## The data
-=-=-=-=-
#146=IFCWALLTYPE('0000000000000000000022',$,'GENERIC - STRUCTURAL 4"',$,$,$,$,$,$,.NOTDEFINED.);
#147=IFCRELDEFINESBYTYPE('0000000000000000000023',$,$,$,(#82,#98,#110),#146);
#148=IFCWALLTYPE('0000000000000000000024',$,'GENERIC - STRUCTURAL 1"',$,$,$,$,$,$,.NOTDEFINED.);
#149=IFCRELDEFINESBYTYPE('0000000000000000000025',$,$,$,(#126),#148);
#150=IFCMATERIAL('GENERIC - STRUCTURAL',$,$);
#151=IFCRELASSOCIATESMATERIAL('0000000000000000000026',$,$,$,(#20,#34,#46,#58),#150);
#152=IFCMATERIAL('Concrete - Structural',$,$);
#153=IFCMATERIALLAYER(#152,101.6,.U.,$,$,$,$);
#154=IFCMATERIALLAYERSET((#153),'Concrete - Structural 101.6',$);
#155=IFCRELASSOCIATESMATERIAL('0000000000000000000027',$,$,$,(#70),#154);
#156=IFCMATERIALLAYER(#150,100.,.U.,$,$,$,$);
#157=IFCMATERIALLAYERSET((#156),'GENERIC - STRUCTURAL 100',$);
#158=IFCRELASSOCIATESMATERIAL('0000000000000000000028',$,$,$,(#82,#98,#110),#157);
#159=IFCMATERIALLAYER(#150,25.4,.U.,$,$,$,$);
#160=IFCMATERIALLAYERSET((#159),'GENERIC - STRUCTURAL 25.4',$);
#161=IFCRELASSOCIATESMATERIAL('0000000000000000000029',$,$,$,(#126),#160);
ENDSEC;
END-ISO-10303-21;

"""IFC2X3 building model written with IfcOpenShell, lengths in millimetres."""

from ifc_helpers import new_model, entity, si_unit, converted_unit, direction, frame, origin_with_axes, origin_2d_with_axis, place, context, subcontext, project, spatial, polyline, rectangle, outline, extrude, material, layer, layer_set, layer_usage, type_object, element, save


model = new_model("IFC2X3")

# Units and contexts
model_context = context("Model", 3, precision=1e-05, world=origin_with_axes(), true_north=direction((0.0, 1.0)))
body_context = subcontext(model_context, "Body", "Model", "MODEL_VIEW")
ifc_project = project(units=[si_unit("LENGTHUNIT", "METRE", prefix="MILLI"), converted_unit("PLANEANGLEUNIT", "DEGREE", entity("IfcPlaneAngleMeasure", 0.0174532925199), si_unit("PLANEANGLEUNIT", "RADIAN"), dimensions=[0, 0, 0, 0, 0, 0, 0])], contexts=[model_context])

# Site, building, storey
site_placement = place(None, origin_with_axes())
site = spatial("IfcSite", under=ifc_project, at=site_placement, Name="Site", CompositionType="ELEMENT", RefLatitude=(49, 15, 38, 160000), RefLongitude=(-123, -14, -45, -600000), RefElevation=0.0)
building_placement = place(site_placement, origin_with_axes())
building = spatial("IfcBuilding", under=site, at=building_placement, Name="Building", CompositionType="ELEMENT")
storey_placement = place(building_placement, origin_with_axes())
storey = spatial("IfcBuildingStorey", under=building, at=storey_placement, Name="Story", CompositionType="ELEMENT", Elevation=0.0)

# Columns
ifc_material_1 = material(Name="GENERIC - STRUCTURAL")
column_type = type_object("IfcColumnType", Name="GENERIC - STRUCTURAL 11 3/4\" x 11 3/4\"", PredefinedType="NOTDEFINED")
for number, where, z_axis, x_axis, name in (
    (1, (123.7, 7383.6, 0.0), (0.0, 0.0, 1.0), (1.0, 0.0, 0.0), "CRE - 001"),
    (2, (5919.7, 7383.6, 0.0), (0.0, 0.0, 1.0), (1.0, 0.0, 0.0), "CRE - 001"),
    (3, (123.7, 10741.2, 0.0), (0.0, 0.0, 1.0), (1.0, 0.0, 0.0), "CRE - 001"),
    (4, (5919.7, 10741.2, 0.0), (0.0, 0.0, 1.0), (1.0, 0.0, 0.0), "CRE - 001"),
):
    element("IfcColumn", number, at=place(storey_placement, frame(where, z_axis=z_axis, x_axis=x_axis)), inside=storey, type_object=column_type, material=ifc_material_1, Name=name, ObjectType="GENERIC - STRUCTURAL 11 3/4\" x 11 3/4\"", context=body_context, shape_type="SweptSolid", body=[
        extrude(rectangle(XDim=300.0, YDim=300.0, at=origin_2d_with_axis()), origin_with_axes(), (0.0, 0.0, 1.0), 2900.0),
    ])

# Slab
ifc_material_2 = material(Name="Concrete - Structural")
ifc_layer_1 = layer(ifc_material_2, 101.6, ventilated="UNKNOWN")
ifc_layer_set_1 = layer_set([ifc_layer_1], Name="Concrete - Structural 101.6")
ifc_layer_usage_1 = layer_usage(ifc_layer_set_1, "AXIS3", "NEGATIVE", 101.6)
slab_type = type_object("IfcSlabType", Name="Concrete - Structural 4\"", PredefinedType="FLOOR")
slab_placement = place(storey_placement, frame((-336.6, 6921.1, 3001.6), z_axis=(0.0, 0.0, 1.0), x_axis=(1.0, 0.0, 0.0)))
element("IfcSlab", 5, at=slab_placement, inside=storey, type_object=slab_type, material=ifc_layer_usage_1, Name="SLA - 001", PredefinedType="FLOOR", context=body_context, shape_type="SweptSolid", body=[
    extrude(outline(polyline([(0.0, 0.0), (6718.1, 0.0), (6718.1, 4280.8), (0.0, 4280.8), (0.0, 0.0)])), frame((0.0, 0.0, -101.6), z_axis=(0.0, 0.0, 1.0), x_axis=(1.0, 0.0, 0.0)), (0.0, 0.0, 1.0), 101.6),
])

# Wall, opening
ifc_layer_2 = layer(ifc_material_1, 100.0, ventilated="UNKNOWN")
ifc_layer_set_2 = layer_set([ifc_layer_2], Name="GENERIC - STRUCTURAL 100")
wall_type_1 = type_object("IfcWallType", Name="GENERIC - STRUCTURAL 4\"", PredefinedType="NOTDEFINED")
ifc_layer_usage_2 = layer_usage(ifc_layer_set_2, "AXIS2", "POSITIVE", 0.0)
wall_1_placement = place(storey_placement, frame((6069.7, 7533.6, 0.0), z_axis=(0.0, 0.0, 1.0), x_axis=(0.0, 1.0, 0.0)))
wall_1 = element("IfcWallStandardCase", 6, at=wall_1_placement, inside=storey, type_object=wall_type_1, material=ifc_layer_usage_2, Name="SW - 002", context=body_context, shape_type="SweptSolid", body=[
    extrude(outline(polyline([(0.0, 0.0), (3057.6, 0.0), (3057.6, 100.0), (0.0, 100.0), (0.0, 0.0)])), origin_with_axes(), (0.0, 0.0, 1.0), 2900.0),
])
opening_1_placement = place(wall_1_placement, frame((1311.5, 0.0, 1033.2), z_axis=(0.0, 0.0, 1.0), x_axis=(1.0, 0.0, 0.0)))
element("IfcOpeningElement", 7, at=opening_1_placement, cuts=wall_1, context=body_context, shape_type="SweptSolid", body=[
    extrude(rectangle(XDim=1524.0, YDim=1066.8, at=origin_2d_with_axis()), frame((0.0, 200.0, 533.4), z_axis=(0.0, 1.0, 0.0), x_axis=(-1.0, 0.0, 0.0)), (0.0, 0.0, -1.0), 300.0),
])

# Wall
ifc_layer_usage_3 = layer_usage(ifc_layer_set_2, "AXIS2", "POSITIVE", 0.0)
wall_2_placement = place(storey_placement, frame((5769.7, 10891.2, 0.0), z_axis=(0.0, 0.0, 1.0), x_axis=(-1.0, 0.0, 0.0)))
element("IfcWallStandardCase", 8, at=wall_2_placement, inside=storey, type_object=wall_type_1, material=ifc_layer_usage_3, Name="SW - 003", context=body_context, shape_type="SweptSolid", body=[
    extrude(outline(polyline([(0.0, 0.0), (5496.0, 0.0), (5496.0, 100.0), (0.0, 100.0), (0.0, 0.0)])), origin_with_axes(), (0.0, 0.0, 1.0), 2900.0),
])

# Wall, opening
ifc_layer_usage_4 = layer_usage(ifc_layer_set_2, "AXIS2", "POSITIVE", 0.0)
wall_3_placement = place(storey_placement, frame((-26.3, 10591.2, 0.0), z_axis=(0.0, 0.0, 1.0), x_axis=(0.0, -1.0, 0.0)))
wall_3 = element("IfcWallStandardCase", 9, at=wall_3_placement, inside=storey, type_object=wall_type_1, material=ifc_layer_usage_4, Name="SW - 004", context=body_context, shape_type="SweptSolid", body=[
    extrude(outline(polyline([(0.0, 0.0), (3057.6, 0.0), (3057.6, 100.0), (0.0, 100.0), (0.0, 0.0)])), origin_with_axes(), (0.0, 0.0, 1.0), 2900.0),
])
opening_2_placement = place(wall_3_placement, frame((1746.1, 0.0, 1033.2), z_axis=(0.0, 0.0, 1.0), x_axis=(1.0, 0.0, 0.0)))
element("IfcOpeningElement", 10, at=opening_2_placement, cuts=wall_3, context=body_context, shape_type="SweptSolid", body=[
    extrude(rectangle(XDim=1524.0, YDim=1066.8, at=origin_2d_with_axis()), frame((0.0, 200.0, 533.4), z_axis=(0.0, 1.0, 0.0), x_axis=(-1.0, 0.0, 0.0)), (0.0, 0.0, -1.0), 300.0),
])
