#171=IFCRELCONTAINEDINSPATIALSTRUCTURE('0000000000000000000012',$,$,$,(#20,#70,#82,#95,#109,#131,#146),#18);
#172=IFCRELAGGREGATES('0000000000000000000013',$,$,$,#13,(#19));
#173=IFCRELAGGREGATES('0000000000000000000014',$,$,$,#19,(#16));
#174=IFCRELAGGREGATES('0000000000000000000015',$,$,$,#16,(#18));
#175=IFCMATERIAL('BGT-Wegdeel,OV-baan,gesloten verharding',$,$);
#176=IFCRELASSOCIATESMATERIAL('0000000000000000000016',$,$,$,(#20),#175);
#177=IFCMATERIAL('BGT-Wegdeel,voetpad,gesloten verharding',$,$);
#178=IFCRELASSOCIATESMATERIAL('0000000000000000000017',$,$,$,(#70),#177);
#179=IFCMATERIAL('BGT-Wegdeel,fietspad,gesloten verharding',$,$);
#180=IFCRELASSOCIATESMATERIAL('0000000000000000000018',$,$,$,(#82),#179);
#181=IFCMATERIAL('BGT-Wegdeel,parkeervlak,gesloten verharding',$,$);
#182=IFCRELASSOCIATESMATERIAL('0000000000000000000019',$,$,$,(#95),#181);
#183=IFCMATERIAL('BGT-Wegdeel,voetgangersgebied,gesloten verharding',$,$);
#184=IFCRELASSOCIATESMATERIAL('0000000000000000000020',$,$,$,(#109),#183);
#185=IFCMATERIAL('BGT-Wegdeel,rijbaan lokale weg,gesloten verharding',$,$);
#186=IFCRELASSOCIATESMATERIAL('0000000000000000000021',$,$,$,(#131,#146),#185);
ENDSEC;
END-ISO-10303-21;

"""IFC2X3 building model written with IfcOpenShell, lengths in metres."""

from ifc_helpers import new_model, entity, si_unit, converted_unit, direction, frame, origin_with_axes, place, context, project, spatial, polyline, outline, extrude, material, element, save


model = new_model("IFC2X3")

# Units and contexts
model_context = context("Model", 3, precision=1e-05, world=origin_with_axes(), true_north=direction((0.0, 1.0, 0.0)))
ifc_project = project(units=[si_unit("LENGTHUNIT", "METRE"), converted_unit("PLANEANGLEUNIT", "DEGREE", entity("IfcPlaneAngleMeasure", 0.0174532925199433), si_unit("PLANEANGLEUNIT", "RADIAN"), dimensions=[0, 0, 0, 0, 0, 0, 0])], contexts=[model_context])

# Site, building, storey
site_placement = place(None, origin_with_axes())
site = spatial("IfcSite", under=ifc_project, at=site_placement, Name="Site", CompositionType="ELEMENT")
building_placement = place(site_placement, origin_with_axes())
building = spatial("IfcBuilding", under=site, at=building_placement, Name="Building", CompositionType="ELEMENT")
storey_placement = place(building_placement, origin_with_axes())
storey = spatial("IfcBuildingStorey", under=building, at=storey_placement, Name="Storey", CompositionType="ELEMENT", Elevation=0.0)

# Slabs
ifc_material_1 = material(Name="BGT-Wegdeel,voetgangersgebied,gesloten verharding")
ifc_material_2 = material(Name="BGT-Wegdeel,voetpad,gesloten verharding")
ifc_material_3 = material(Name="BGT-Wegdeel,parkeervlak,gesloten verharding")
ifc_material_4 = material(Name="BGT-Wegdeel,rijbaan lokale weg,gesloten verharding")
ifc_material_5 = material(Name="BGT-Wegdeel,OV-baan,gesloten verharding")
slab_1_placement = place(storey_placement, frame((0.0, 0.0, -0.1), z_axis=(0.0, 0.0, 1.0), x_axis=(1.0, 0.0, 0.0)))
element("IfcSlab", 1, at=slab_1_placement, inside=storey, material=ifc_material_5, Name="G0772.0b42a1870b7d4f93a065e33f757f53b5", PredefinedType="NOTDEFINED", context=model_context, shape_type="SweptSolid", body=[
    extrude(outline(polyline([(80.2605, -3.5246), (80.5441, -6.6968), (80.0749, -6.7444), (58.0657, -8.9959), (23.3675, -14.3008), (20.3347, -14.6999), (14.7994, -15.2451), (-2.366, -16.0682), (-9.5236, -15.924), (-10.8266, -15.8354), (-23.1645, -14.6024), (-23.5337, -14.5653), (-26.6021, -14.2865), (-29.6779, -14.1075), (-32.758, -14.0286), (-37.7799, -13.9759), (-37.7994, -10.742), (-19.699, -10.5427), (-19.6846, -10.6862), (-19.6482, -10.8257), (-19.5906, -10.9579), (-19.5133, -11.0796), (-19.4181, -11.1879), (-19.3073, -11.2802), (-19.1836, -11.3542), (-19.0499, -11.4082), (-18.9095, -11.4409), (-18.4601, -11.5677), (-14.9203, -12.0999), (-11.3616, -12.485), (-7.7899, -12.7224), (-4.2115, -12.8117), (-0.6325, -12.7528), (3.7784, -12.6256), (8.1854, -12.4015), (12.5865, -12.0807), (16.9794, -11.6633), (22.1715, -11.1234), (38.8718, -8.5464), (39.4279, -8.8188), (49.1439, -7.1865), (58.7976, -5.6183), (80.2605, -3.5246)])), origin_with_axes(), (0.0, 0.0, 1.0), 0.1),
-=-=-=-=-
## What to do
Give back the opening line of the records above and every line after it, up to and including the one with "#157=IFCMATERIALLAYERSET((#156),'GENERIC - STRUCTURAL", unchanged.

## Problem solution
#146=IFCWALLTYPE('0000000000000000000022',$,'GENERIC - STRUCTURAL 4"',$,$,$,$,$,$,.NOTDEFINED.);
#147=IFCRELDEFINESBYTYPE('0000000000000000000023',$,$,$,(#82,#98,#110),#146);
#148=IFCWALLTYPE('0000000000000000000024',$,'GENERIC - STRUCTURAL 1"',$,$,$,$,$,$,.NOTDEFINED.);
#149=IFCRELDEFINESBYTYPE('0000000000000000000025',$,$,$,(#126),#148);
#150=IFCMATERIAL('GENERIC - STRUCTURAL',$,$);
#151=IFCRELASSOCIATESMATERIAL('0000000000000000000026',$,$,$,(#20,#34,#46,#58),#150);
#152=IFCMATERIAL('Concrete - Structural',$,$);
#153=IFCMATERIALLAYER(#152,101.6,.U.,$,$,$,$);
#154=IFCMATERIALLAYERSET((#153),'Concrete - Structural 101.6',$);
#155=IFCRELASSOCIATESMATERIAL('0000000000000000000027',$,$,$,(#70),#154);
#156=IFCMATERIALLAYER(#150,100.,.U.,$,$,$,$);
#157=IFCMATERIALLAYERSET((#156),'GENERIC - STRUCTURAL 100',$);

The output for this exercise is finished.